Work request:
Within the entries below, count the lines that hold the string "IFCOPENINGELEMENT" and give only that number.

Entries supplied:

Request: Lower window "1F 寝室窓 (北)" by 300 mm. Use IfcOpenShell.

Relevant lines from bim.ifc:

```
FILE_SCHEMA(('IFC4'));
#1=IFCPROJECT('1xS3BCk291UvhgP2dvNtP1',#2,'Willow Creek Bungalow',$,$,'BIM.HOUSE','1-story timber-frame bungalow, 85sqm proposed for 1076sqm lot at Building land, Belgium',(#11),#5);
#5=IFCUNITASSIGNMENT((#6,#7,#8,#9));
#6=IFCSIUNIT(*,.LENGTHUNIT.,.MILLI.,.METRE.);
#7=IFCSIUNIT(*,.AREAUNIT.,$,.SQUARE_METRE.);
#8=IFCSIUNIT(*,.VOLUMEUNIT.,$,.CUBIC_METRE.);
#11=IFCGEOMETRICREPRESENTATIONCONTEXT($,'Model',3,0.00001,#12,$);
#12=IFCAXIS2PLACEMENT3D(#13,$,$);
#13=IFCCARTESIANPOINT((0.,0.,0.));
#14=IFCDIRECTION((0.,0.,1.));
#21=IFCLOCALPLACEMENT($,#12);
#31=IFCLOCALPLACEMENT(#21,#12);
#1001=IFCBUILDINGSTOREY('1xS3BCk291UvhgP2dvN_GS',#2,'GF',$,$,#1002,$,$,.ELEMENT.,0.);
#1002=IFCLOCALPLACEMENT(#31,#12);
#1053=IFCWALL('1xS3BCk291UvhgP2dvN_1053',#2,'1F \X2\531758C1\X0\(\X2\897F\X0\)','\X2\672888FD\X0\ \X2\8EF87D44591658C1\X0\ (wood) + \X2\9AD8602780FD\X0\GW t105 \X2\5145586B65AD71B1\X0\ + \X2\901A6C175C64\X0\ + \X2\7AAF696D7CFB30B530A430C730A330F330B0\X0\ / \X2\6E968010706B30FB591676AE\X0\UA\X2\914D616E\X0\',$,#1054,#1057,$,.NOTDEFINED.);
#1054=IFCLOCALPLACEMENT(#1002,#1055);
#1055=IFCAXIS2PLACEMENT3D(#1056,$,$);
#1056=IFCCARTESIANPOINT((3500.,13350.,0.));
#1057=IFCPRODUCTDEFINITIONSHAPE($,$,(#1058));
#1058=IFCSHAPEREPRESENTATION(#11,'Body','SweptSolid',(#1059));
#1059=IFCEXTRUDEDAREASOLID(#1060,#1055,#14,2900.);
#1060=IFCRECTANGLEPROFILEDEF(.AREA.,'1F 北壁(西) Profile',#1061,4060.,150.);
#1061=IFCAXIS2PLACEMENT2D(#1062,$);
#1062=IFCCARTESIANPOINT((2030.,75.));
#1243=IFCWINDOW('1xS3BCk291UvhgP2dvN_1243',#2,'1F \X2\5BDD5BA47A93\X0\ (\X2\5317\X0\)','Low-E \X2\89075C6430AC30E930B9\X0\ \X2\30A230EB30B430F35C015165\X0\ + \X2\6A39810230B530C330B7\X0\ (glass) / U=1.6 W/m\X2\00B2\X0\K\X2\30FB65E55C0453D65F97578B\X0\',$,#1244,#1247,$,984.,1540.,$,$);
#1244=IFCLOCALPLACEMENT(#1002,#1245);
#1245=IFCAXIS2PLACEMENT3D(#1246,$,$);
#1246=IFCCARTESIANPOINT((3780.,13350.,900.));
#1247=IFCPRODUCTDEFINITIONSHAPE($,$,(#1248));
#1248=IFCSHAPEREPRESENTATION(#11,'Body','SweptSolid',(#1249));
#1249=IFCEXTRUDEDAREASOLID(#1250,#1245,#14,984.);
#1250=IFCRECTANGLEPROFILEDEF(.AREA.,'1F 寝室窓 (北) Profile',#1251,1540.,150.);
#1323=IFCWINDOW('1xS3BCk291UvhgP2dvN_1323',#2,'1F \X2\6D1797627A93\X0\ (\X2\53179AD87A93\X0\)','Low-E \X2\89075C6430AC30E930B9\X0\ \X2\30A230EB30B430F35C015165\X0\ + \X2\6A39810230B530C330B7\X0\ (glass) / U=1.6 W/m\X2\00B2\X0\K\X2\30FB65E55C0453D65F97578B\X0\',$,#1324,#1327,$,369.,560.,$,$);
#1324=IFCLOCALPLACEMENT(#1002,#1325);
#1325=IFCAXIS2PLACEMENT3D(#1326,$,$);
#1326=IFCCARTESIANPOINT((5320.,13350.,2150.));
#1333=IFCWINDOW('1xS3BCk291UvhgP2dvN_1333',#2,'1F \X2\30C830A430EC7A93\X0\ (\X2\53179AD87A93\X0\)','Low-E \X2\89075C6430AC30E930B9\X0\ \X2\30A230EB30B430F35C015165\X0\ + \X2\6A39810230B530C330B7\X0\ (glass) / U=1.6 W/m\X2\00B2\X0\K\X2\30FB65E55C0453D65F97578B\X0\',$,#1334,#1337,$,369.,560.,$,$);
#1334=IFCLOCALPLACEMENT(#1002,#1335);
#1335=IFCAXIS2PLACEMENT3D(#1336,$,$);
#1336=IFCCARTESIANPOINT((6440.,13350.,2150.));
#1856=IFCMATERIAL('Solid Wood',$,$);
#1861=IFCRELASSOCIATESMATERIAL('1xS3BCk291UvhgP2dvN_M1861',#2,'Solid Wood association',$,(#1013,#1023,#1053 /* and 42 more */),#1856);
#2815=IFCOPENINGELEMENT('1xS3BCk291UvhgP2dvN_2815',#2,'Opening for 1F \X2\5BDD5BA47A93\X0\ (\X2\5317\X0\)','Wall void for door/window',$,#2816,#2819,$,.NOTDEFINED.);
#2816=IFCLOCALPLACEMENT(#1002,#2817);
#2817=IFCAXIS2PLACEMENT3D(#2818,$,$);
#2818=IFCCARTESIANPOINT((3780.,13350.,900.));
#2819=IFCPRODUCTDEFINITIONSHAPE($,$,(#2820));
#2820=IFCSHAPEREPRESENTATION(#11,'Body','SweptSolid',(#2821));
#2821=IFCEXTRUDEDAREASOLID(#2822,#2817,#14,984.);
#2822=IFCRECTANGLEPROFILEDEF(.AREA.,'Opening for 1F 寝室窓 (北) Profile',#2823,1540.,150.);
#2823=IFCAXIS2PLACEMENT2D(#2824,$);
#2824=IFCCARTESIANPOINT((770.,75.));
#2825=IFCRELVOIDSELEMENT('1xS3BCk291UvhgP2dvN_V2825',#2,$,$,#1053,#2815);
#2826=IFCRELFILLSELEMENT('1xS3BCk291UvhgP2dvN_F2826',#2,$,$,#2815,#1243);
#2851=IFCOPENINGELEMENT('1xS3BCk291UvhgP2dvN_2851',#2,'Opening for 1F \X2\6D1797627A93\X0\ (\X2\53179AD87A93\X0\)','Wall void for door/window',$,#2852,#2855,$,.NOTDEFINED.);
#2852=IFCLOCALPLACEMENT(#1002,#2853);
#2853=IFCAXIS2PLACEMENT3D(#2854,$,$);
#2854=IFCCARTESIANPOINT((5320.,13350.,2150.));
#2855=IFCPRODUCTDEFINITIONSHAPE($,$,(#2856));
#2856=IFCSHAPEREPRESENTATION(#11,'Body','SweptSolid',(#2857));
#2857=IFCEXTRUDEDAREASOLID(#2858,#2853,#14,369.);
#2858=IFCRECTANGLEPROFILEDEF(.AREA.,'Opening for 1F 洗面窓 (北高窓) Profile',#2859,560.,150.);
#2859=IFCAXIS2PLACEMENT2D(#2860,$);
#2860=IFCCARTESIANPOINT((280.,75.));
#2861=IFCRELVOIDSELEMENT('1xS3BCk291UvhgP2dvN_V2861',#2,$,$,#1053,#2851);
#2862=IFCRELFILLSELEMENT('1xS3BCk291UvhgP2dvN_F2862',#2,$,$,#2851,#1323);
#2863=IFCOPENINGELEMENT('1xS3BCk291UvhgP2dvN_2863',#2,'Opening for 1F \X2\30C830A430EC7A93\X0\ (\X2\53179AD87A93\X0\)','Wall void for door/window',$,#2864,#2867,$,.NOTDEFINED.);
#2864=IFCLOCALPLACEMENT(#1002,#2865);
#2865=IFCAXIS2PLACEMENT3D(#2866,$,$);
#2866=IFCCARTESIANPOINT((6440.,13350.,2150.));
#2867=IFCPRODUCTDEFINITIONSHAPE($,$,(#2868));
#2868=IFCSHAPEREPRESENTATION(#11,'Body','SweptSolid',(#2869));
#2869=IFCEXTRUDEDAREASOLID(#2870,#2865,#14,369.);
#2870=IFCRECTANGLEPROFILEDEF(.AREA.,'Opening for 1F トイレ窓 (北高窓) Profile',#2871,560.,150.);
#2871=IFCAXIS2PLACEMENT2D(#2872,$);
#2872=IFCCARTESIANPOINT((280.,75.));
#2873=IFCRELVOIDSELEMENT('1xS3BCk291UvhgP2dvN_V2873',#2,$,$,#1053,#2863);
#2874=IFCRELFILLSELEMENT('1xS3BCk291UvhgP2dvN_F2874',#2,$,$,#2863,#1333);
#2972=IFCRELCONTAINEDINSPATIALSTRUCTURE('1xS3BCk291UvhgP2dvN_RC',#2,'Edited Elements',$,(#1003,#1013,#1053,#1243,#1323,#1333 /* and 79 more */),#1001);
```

```python
import numpy as np
import ifcopenshell
import ifcopenshell.api.geometry
import ifcopenshell.util.placement
import ifcopenshell.util.unit

model = ifcopenshell.open("bim.ifc")
unit_scale = ifcopenshell.util.unit.calculate_unit_scale(model)

window = model.by_guid("1xS3BCk291UvhgP2dvN_1243")
opening = window.FillsVoids[0].RelatingOpeningElement
dz = -0.3 / unit_scale

shift = np.array([0.0, 0.0, dz])
# The window is not placed relative to its opening, so move both.
for product in (opening, window):
    matrix = ifcopenshell.util.placement.get_local_placement(product.ObjectPlacement)
    matrix[:3, 3] += shift
    ifcopenshell.api.geometry.edit_object_placement(model, product=product, matrix=matrix, is_si=False)

print(f"moved by {dz * unit_scale:+.3f} m")

model.write("bim_rev.ifc")
```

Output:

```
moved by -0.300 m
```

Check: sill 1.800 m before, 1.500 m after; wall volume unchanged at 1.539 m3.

Solution to the problem:
3